> _Data shown_
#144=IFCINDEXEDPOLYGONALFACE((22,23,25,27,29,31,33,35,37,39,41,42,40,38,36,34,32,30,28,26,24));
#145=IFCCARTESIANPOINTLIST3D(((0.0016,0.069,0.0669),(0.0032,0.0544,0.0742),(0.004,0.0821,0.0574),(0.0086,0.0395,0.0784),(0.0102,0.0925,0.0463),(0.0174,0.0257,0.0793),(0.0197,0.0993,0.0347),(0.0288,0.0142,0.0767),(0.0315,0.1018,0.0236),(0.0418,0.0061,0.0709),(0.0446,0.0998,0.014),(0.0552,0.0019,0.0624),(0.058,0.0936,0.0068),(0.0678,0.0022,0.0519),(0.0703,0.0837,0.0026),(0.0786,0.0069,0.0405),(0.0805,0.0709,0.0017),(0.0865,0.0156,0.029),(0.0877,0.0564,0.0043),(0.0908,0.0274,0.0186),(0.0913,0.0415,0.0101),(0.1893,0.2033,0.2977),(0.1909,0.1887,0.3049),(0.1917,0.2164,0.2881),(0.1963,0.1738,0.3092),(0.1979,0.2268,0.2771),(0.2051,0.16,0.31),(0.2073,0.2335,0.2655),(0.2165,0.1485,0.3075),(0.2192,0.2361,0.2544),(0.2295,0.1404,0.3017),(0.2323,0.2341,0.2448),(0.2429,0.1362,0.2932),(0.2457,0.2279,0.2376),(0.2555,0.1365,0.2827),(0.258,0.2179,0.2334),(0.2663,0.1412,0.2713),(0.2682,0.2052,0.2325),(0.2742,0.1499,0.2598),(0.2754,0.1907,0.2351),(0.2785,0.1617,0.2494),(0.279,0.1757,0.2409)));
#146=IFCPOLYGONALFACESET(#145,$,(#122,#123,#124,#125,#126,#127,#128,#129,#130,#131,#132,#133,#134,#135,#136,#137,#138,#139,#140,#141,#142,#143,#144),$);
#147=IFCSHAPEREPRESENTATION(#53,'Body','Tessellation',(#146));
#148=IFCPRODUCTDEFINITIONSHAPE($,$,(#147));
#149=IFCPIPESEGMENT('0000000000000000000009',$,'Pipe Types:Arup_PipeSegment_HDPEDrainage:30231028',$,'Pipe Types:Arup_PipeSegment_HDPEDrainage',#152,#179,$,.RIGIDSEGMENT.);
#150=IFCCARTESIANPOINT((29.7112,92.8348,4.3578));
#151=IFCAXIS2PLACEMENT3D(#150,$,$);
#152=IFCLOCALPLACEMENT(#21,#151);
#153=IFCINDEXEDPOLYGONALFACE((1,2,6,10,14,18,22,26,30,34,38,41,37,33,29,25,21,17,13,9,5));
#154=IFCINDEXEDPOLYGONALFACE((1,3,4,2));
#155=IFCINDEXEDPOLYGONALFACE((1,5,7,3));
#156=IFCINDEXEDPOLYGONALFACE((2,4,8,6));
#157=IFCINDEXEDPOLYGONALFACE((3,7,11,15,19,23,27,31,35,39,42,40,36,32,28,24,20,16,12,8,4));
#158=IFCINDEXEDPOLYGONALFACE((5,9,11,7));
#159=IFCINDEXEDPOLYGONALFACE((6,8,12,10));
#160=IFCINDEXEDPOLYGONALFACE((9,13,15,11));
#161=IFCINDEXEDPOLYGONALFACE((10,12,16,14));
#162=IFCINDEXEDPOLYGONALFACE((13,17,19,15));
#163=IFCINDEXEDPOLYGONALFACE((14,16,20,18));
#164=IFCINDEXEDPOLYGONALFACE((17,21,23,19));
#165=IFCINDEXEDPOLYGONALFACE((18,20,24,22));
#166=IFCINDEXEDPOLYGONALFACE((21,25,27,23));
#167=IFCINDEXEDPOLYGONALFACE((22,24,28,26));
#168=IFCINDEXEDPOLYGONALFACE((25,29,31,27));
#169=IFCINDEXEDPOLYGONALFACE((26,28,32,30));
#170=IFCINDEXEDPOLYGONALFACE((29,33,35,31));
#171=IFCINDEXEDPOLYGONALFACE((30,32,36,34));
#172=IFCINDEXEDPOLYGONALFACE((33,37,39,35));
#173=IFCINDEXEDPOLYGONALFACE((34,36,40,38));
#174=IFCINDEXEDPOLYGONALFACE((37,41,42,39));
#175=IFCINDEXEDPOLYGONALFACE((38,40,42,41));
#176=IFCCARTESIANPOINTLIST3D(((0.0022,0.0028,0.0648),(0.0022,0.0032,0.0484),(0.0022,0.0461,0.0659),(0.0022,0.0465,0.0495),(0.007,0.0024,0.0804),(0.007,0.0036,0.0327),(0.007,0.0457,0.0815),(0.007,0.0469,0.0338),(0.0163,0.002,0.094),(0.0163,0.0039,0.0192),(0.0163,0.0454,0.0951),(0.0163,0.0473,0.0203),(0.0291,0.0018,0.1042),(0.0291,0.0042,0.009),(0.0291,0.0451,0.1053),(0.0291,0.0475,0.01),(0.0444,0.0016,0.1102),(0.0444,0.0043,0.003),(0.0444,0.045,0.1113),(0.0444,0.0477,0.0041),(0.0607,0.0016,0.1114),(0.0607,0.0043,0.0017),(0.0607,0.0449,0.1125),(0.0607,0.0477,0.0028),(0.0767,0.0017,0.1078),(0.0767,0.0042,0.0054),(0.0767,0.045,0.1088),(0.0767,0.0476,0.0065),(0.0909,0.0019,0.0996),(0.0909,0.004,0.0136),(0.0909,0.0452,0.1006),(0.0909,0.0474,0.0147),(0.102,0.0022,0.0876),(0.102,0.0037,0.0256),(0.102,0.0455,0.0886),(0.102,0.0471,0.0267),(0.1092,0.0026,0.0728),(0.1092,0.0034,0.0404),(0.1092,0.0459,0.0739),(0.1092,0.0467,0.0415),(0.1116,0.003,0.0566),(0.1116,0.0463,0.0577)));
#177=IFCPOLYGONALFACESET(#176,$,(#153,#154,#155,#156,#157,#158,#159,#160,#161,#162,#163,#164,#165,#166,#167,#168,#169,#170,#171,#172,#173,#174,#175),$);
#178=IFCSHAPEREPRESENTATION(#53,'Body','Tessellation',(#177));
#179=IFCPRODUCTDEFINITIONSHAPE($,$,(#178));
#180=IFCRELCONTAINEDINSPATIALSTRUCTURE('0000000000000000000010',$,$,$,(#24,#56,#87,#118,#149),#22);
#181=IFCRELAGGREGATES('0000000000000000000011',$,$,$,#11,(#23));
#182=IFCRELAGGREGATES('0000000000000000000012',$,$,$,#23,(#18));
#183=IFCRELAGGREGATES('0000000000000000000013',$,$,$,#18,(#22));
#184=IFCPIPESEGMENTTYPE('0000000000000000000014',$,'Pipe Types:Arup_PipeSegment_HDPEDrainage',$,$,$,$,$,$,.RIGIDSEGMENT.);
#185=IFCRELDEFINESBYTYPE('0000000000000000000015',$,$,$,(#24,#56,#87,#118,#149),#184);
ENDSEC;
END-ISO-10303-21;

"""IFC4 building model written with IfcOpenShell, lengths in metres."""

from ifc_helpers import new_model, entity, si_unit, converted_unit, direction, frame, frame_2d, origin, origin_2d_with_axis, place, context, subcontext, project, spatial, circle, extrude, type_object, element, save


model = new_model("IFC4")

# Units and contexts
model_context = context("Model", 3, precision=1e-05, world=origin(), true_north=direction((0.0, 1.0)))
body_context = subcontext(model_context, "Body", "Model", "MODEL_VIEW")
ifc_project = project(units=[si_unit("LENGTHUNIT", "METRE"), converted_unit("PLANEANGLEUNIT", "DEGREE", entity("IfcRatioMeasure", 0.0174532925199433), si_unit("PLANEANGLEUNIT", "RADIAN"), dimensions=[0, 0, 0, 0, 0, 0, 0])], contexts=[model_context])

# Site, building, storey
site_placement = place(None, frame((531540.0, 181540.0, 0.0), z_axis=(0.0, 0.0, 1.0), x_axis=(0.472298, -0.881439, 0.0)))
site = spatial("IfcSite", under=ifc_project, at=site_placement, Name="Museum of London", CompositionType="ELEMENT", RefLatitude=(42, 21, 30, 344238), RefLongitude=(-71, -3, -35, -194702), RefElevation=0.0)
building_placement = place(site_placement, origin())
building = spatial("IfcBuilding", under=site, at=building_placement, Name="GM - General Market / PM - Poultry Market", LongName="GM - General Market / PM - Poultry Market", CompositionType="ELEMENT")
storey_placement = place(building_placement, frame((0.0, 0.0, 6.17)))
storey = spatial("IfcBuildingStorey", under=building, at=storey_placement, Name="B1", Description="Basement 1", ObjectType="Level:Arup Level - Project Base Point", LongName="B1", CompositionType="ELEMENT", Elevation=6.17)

> _What needs to be done_
Every line above in which the word "direction" occurs is to be copied.

> _Solution below_
from ifc_helpers import new_model, entity, si_unit, converted_unit, direction, frame, frame_2d, origin, origin_2d_with_axis, place, context, subcontext, project, spatial, circle, extrude, type_object, element, save
model_context = context("Model", 3, precision=1e-05, world=origin(), true_north=direction((0.0, 1.0)))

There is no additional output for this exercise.